Records contained in a dataset
........
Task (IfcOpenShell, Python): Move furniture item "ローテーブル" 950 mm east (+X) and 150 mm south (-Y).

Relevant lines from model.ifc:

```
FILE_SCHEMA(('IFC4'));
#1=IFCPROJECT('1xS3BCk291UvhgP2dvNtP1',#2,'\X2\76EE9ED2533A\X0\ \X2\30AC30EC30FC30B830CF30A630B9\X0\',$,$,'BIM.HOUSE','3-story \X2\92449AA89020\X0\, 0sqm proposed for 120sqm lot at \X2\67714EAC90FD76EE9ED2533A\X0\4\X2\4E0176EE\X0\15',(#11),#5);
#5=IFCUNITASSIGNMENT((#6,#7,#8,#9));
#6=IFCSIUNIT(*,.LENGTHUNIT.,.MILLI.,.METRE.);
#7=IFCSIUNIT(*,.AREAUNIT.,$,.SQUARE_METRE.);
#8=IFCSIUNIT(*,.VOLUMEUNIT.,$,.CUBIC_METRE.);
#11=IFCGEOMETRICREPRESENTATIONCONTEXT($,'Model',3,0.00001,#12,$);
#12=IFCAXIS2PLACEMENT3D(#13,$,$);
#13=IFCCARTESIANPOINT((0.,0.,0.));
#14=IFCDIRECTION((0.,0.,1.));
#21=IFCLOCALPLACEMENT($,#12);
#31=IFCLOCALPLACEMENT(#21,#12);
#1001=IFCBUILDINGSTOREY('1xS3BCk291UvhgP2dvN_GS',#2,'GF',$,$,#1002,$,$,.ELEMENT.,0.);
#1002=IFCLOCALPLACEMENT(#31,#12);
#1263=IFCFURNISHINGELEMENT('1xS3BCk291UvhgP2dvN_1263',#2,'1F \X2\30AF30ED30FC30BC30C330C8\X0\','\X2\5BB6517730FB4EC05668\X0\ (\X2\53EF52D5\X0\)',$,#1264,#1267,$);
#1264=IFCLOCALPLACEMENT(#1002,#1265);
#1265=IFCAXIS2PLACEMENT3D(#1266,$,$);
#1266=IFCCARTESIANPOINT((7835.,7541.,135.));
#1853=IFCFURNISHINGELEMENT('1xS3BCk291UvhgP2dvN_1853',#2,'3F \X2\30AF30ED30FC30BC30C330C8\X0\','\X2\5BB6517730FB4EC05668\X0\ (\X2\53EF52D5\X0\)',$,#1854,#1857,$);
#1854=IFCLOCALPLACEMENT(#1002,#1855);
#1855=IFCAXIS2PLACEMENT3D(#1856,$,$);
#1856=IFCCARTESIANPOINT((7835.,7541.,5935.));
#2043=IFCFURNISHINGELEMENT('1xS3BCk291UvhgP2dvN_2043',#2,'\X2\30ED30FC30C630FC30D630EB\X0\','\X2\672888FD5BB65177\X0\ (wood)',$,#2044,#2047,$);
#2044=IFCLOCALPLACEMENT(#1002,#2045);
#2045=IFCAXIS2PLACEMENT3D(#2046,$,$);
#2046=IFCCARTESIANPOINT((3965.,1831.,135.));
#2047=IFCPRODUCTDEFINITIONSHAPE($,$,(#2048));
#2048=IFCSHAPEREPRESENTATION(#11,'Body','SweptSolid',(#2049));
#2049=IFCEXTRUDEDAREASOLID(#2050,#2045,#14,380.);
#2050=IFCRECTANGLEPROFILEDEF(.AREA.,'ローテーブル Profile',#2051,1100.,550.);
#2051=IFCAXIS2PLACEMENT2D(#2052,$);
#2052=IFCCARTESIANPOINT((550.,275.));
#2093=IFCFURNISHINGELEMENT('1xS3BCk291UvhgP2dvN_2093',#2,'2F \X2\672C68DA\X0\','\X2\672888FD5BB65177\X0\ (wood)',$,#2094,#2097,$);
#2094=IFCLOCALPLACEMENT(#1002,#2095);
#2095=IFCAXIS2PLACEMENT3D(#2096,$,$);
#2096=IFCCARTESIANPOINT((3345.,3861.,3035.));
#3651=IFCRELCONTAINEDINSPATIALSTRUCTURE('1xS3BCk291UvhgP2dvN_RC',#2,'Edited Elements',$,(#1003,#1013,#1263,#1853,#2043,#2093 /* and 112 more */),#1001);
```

```python
import ifcopenshell
import ifcopenshell.api.geometry
import ifcopenshell.util.placement
import ifcopenshell.util.unit

model = ifcopenshell.open("model.ifc")
unit_scale = ifcopenshell.util.unit.calculate_unit_scale(model)

item = model.by_guid("1xS3BCk291UvhgP2dvN_2043")
matrix = ifcopenshell.util.placement.get_local_placement(item.ObjectPlacement)
matrix[0, 3] += 0.95 / unit_scale
matrix[1, 3] -= 0.15 / unit_scale
ifcopenshell.api.geometry.edit_object_placement(model, product=item, matrix=matrix, is_si=False)

print(ifcopenshell.util.placement.get_local_placement(item.ObjectPlacement).round(3) + 0.0)

model.write("model_updated.ifc")
```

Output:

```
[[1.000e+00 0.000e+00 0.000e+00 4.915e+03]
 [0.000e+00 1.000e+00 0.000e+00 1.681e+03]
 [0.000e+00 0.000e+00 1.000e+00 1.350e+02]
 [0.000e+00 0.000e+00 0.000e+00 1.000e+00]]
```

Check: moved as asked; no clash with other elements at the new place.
........
> _Work task_
Give back every entry exactly.

> _Expected output_
Task (IfcOpenShell, Python): Move furniture item "ローテーブル" 950 mm east (+X) and 150 mm south (-Y).

Relevant lines from model.ifc:

```
FILE_SCHEMA(('IFC4'));
#1=IFCPROJECT('1xS3BCk291UvhgP2dvNtP1',#2,'\X2\76EE9ED2533A\X0\ \X2\30AC30EC30FC30B830CF30A630B9\X0\',$,$,'BIM.HOUSE','3-story \X2\92449AA89020\X0\, 0sqm proposed for 120sqm lot at \X2\67714EAC90FD76EE9ED2533A\X0\4\X2\4E0176EE\X0\15',(#11),#5);
#5=IFCUNITASSIGNMENT((#6,#7,#8,#9));
#6=IFCSIUNIT(*,.LENGTHUNIT.,.MILLI.,.METRE.);
#7=IFCSIUNIT(*,.AREAUNIT.,$,.SQUARE_METRE.);
#8=IFCSIUNIT(*,.VOLUMEUNIT.,$,.CUBIC_METRE.);
#11=IFCGEOMETRICREPRESENTATIONCONTEXT($,'Model',3,0.00001,#12,$);
#12=IFCAXIS2PLACEMENT3D(#13,$,$);
#13=IFCCARTESIANPOINT((0.,0.,0.));
#14=IFCDIRECTION((0.,0.,1.));
#21=IFCLOCALPLACEMENT($,#12);
#31=IFCLOCALPLACEMENT(#21,#12);
#1001=IFCBUILDINGSTOREY('1xS3BCk291UvhgP2dvN_GS',#2,'GF',$,$,#1002,$,$,.ELEMENT.,0.);
#1002=IFCLOCALPLACEMENT(#31,#12);
#1263=IFCFURNISHINGELEMENT('1xS3BCk291UvhgP2dvN_1263',#2,'1F \X2\30AF30ED30FC30BC30C330C8\X0\','\X2\5BB6517730FB4EC05668\X0\ (\X2\53EF52D5\X0\)',$,#1264,#1267,$);
#1264=IFCLOCALPLACEMENT(#1002,#1265);
#1265=IFCAXIS2PLACEMENT3D(#1266,$,$);
#1266=IFCCARTESIANPOINT((7835.,7541.,135.));
#1853=IFCFURNISHINGELEMENT('1xS3BCk291UvhgP2dvN_1853',#2,'3F \X2\30AF30ED30FC30BC30C330C8\X0\','\X2\5BB6517730FB4EC05668\X0\ (\X2\53EF52D5\X0\)',$,#1854,#1857,$);
#1854=IFCLOCALPLACEMENT(#1002,#1855);
#1855=IFCAXIS2PLACEMENT3D(#1856,$,$);
#1856=IFCCARTESIANPOINT((7835.,7541.,5935.));
#2043=IFCFURNISHINGELEMENT('1xS3BCk291UvhgP2dvN_2043',#2,'\X2\30ED30FC30C630FC30D630EB\X0\','\X2\672888FD5BB65177\X0\ (wood)',$,#2044,#2047,$);
#2044=IFCLOCALPLACEMENT(#1002,#2045);
#2045=IFCAXIS2PLACEMENT3D(#2046,$,$);
#2046=IFCCARTESIANPOINT((3965.,1831.,135.));
#2047=IFCPRODUCTDEFINITIONSHAPE($,$,(#2048));
#2048=IFCSHAPEREPRESENTATION(#11,'Body','SweptSolid',(#2049));
#2049=IFCEXTRUDEDAREASOLID(#2050,#2045,#14,380.);
#2050=IFCRECTANGLEPROFILEDEF(.AREA.,'ローテーブル Profile',#2051,1100.,550.);
#2051=IFCAXIS2PLACEMENT2D(#2052,$);
#2052=IFCCARTESIANPOINT((550.,275.));
#2093=IFCFURNISHINGELEMENT('1xS3BCk291UvhgP2dvN_2093',#2,'2F \X2\672C68DA\X0\','\X2\672888FD5BB65177\X0\ (wood)',$,#2094,#2097,$);
#2094=IFCLOCALPLACEMENT(#1002,#2095);
#2095=IFCAXIS2PLACEMENT3D(#2096,$,$);
#2096=IFCCARTESIANPOINT((3345.,3861.,3035.));
#3651=IFCRELCONTAINEDINSPATIALSTRUCTURE('1xS3BCk291UvhgP2dvN_RC',#2,'Edited Elements',$,(#1003,#1013,#1263,#1853,#2043,#2093 /* and 112 more */),#1001);
```

```python
import ifcopenshell
import ifcopenshell.api.geometry
import ifcopenshell.util.placement
import ifcopenshell.util.unit

model = ifcopenshell.open("model.ifc")
unit_scale = ifcopenshell.util.unit.calculate_unit_scale(model)

item = model.by_guid("1xS3BCk291UvhgP2dvN_2043")
matrix = ifcopenshell.util.placement.get_local_placement(item.ObjectPlacement)
matrix[0, 3] += 0.95 / unit_scale
matrix[1, 3] -= 0.15 / unit_scale
ifcopenshell.api.geometry.edit_object_placement(model, product=item, matrix=matrix, is_si=False)

print(ifcopenshell.util.placement.get_local_placement(item.ObjectPlacement).round(3) + 0.0)

model.write("model_updated.ifc")
```

Output:

```
[[1.000e+00 0.000e+00 0.000e+00 4.915e+03]
 [0.000e+00 1.000e+00 0.000e+00 1.681e+03]
 [0.000e+00 0.000e+00 1.000e+00 1.350e+02]
 [0.000e+00 0.000e+00 0.000e+00 1.000e+00]]
```

Check: moved as asked; no clash with other elements at the new place.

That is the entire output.